Allen Leuten, die in keiner finanziellen oder sentimentalen Abhängigkeit zur Armee stehen – auch wichtigen Teilen der Militärführung –, ist klar: Der Alleingang ist überholt. Die bewaffnete Neutralität ist ein Auslaufmodell. So hat auch der bisherige Chef der Armee, Thomas Süssli, erklärt, dass sich die Schweiz allein nicht mehr nachhaltig verteidigen könne.
Politik und Militär versuchen nun, den Alleingang und eine Nato-Annäherung zu verbinden: Panzer für die SVP und F-35 für die FDP. Diese Verdoppelung ist praktisch unsinnig und finanziell superteuer.
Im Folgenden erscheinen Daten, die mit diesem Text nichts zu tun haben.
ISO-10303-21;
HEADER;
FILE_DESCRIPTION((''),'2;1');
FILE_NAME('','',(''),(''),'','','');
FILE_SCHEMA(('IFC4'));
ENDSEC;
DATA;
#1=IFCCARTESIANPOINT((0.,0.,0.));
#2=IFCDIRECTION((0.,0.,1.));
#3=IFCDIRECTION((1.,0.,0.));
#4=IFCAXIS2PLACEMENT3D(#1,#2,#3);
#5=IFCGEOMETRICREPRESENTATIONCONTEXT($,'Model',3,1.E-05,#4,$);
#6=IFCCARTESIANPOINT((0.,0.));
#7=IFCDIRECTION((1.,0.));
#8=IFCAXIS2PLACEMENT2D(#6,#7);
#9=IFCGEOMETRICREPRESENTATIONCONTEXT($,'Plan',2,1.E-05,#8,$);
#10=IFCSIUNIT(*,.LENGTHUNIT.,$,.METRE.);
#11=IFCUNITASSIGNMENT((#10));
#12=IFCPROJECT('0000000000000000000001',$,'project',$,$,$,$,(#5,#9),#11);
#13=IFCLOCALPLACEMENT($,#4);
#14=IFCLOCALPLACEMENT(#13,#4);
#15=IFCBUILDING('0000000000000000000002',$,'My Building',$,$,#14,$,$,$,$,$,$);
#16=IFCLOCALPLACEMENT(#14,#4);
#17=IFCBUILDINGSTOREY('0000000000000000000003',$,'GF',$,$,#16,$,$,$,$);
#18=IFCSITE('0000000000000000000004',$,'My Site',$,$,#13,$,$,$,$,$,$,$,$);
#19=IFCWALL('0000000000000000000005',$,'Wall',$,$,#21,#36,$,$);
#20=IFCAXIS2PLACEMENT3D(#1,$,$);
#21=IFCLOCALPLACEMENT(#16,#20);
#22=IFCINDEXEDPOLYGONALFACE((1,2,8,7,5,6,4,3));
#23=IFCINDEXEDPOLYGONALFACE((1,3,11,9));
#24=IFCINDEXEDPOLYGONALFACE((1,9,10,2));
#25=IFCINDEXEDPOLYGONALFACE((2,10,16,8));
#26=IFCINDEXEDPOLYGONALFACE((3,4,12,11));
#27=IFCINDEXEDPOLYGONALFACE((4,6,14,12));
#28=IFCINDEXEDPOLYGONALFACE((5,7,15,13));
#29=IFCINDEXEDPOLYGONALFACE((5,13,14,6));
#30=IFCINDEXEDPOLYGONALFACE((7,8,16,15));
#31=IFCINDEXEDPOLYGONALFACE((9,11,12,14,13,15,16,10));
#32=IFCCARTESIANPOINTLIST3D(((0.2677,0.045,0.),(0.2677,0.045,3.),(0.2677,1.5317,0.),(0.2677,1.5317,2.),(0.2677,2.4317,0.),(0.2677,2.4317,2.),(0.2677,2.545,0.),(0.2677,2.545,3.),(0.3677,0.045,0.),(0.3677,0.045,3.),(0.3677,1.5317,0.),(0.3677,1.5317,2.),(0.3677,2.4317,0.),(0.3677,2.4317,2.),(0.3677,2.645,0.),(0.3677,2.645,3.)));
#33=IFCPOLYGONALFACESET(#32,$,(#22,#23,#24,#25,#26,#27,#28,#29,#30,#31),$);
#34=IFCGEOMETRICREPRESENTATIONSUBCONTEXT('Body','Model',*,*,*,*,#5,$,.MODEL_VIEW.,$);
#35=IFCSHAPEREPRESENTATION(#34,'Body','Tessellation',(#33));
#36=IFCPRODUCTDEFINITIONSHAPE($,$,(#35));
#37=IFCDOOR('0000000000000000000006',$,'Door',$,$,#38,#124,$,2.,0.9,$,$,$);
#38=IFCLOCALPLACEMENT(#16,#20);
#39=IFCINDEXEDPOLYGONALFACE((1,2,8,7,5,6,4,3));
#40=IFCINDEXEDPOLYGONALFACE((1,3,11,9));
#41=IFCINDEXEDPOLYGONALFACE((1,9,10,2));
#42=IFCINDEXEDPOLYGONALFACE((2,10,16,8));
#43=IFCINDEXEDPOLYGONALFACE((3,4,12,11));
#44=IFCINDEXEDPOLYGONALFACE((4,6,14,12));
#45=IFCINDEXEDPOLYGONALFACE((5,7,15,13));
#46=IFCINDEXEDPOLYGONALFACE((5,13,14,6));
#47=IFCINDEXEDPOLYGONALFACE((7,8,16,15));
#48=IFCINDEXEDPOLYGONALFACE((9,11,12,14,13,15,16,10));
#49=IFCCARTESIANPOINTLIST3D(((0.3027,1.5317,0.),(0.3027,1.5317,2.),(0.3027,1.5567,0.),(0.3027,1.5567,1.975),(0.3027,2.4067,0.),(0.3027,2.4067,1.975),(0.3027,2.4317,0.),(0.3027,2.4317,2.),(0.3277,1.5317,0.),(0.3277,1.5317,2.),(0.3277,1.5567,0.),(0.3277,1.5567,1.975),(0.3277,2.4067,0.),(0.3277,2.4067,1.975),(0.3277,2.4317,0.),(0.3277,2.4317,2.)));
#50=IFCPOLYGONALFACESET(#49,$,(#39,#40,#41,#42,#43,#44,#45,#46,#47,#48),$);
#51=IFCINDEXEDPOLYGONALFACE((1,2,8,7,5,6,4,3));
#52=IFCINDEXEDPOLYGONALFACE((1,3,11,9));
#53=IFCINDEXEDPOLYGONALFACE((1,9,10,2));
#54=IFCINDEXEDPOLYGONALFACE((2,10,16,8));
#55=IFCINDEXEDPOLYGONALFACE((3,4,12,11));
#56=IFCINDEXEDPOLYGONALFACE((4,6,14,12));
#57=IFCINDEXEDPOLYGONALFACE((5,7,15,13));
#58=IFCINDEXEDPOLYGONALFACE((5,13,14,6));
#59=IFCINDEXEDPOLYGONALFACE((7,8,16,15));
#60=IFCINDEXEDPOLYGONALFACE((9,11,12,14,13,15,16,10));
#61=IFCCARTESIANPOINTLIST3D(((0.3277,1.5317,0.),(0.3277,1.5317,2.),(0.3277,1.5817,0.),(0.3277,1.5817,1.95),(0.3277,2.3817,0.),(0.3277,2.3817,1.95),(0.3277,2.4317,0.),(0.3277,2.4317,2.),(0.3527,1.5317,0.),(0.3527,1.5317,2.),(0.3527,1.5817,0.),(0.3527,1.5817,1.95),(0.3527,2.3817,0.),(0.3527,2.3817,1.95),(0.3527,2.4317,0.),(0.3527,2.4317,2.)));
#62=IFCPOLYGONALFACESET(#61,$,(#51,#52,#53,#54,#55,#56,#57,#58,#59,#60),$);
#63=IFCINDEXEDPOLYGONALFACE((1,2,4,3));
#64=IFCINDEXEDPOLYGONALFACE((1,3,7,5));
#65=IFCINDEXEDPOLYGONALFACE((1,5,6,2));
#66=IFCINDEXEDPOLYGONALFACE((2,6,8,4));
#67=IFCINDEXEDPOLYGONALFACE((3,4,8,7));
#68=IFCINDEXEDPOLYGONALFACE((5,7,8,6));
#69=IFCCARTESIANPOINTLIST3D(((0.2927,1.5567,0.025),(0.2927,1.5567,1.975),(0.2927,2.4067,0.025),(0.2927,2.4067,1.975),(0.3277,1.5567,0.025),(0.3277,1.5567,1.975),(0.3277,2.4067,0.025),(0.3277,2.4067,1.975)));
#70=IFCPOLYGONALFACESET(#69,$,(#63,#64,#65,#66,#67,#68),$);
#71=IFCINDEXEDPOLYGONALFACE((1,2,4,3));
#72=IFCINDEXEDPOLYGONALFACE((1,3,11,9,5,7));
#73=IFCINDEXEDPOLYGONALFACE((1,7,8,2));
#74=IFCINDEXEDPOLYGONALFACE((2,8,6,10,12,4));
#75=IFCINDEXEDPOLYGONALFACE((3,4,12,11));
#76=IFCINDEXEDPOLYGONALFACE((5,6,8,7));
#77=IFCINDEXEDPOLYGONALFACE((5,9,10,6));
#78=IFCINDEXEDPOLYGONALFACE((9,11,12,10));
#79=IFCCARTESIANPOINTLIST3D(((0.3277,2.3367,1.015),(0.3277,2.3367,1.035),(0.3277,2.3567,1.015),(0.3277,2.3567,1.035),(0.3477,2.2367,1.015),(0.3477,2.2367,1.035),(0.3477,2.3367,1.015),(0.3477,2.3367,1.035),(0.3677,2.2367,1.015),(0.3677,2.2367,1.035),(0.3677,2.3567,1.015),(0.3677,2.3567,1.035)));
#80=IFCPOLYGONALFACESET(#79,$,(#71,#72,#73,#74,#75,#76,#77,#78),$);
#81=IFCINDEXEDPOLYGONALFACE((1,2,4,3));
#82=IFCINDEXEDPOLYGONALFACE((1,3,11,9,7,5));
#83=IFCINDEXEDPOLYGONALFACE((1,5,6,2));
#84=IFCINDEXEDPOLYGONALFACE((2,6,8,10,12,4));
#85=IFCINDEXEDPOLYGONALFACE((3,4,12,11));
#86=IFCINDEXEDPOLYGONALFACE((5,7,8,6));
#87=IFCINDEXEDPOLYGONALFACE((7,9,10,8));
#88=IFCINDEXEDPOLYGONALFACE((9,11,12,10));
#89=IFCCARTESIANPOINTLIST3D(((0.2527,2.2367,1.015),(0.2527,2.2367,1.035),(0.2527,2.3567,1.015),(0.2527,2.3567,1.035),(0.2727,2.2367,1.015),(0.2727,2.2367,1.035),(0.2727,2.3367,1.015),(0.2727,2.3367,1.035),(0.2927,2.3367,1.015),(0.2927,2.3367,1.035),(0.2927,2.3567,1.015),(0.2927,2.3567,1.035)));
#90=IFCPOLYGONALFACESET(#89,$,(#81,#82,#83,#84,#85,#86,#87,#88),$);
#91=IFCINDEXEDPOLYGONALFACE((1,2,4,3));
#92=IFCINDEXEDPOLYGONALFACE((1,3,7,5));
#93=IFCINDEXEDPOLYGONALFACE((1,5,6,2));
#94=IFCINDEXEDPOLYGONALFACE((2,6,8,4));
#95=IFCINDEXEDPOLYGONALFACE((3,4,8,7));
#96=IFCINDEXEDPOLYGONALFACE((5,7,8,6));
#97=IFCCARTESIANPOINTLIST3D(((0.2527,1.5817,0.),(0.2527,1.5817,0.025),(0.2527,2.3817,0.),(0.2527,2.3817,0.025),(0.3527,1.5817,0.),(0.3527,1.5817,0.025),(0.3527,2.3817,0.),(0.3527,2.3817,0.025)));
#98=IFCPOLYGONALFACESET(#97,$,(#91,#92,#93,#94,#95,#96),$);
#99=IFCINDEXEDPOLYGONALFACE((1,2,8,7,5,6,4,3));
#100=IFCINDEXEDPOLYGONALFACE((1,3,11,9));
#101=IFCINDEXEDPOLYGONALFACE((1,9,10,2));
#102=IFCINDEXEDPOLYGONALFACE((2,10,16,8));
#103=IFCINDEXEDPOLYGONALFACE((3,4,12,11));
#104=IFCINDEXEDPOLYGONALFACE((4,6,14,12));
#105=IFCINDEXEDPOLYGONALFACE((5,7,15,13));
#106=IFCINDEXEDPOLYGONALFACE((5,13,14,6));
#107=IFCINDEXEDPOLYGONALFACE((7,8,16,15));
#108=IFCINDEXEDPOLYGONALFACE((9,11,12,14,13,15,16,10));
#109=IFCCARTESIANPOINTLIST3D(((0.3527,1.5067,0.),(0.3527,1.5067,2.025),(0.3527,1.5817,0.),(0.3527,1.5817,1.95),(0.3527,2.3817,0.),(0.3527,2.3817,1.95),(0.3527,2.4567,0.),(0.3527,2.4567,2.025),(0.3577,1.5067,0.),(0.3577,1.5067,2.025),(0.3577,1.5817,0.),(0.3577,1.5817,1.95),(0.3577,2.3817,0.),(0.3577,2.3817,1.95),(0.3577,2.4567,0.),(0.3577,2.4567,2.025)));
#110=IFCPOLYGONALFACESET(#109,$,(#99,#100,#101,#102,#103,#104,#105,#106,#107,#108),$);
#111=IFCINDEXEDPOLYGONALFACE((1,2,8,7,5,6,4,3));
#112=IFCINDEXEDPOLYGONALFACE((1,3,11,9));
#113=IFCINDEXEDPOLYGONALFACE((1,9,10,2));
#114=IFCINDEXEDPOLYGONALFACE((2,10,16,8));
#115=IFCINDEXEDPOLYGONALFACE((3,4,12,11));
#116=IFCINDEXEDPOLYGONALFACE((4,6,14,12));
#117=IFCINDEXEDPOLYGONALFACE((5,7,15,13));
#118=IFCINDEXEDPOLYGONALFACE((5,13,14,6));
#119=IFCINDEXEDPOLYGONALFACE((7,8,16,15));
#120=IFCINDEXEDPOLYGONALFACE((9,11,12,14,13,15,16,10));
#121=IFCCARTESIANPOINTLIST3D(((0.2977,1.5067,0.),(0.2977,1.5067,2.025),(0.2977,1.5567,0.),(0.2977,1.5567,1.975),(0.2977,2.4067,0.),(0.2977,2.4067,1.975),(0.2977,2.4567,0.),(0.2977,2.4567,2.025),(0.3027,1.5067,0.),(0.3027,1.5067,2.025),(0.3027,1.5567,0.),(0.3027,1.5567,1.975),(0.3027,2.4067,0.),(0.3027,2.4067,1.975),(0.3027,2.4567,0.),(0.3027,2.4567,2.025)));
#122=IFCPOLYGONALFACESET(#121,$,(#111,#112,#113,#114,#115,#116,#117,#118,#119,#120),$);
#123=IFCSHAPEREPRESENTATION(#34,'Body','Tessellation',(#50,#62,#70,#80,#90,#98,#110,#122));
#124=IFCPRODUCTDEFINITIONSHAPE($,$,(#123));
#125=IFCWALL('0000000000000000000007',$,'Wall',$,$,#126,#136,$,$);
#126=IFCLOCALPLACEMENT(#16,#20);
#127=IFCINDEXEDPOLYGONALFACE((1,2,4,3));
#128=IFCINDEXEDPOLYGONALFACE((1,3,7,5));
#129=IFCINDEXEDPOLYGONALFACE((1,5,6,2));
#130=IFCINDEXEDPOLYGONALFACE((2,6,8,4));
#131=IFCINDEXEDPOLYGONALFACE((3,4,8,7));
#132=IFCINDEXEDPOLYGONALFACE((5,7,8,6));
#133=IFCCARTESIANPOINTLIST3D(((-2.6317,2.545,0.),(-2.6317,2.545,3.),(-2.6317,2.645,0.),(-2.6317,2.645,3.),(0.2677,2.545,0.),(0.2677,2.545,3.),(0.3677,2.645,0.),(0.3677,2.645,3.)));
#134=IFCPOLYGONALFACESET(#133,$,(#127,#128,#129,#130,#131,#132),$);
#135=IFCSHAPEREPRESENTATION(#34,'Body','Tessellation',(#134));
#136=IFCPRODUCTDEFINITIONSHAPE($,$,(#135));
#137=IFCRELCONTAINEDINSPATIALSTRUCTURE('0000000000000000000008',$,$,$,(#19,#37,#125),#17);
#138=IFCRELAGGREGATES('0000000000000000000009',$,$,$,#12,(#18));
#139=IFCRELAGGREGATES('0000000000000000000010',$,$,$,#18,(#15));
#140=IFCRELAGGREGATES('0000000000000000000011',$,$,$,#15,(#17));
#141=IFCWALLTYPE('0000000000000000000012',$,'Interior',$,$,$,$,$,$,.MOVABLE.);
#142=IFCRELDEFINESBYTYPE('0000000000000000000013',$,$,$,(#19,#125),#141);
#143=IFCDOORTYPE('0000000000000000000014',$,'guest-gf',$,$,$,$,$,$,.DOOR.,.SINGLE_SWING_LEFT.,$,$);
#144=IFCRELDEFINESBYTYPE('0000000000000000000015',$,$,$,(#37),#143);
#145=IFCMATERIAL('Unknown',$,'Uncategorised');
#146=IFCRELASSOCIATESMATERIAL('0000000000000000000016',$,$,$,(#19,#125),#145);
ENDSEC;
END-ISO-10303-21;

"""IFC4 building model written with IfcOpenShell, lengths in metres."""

from ifc_helpers import new_model, entity, si_unit, frame, origin_with_axes, origin_2d_with_axis, place, context, subcontext, project, spatial, line, indexed_curve, outline, extrude, shape, source, transform, mapped, material, type_object, type_shapes, element, fill, save


model = new_model("IFC4")

# Units and contexts
model_context = context("Model", 3, precision=1e-05, world=origin_with_axes())
plan_context = context("Plan", 2, precision=1e-05, world=origin_2d_with_axis())
body_context_1 = subcontext(model_context, "Body", "Model", "MODEL_VIEW")
body_context_2 = subcontext(plan_context, "Body", "Plan", "PLAN_VIEW")
ifc_project = project(units=[si_unit("LENGTHUNIT", "METRE")], contexts=[model_context, plan_context])

# Site, building, storey
site_placement = place(None, origin_with_axes())
site = spatial("IfcSite", under=ifc_project, at=site_placement, Name="My Site")
building_placement = place(site_placement, origin_with_axes())
building = spatial("IfcBuilding", under=site, at=building_placement, Name="My Building")
storey_placement = place(building_placement, origin_with_axes())
storey = spatial("IfcBuildingStorey", under=building, at=storey_placement, Name="GF")

# Shared definitions
ifc_material = material(Name="Unknown", Category="Uncategorised")

# Shared definitions
wall_type_1 = type_object("IfcWallType", Name="Interior", PredefinedType="MOVABLE")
Hinter dem Zauberwort der «Nato-Kooperation» steckt der «Bau von Luftschlössern», wie schon der verstorbene NZZ-Redaktor Bruno Lezzi in seinem Buch «Von Feld zu Feld» festgestellt hat. Lezzi plädierte deshalb für den Beitritt zur Nato, der zwangsläufig mit der Abschaffung der Neutralität einhergeht.
Seine Überlegungen sind rational, aber nicht zwingend. Denn es gibt eine andere rationale Option: Die Schweiz verwandelt die heutige Geldsackneutralität in eine umfassende Friedens- und zivile Sicherheitspolitik im nationalen wie im internationalen Rahmen von Uno, OSZE und auch EU. Und schafft eine Armee ab, die nur im Rahmen der Nato Sinn ergibt. Das Sinnvollste, was die Schweiz heute tun kann, ist stattdessen die Stärkung der Uno und des Völkerrechts. Sie bleiben der Schlüssel für den Weltfrieden. Dazu braucht es mehr Geld, eine mutige Diplomatie und eine Haltung, die keine Rücksichten auf fremde Mächte und eigene Gewinne nimmt.
Der Zuger Historiker Josef Lang (70) gehört zu den profilierten Friedens- und Sicherheitspolitikern der Grünen. Er ist Mitglied im Vorstand der GSoA und Stiftungsrat von Swisspeace.
Bei diesem Text handelt es sich um eine gekürzte Fassung eines Referats, das Josef Lang kürzlich beim SP-Quartierverein Spalen in Basel hielt.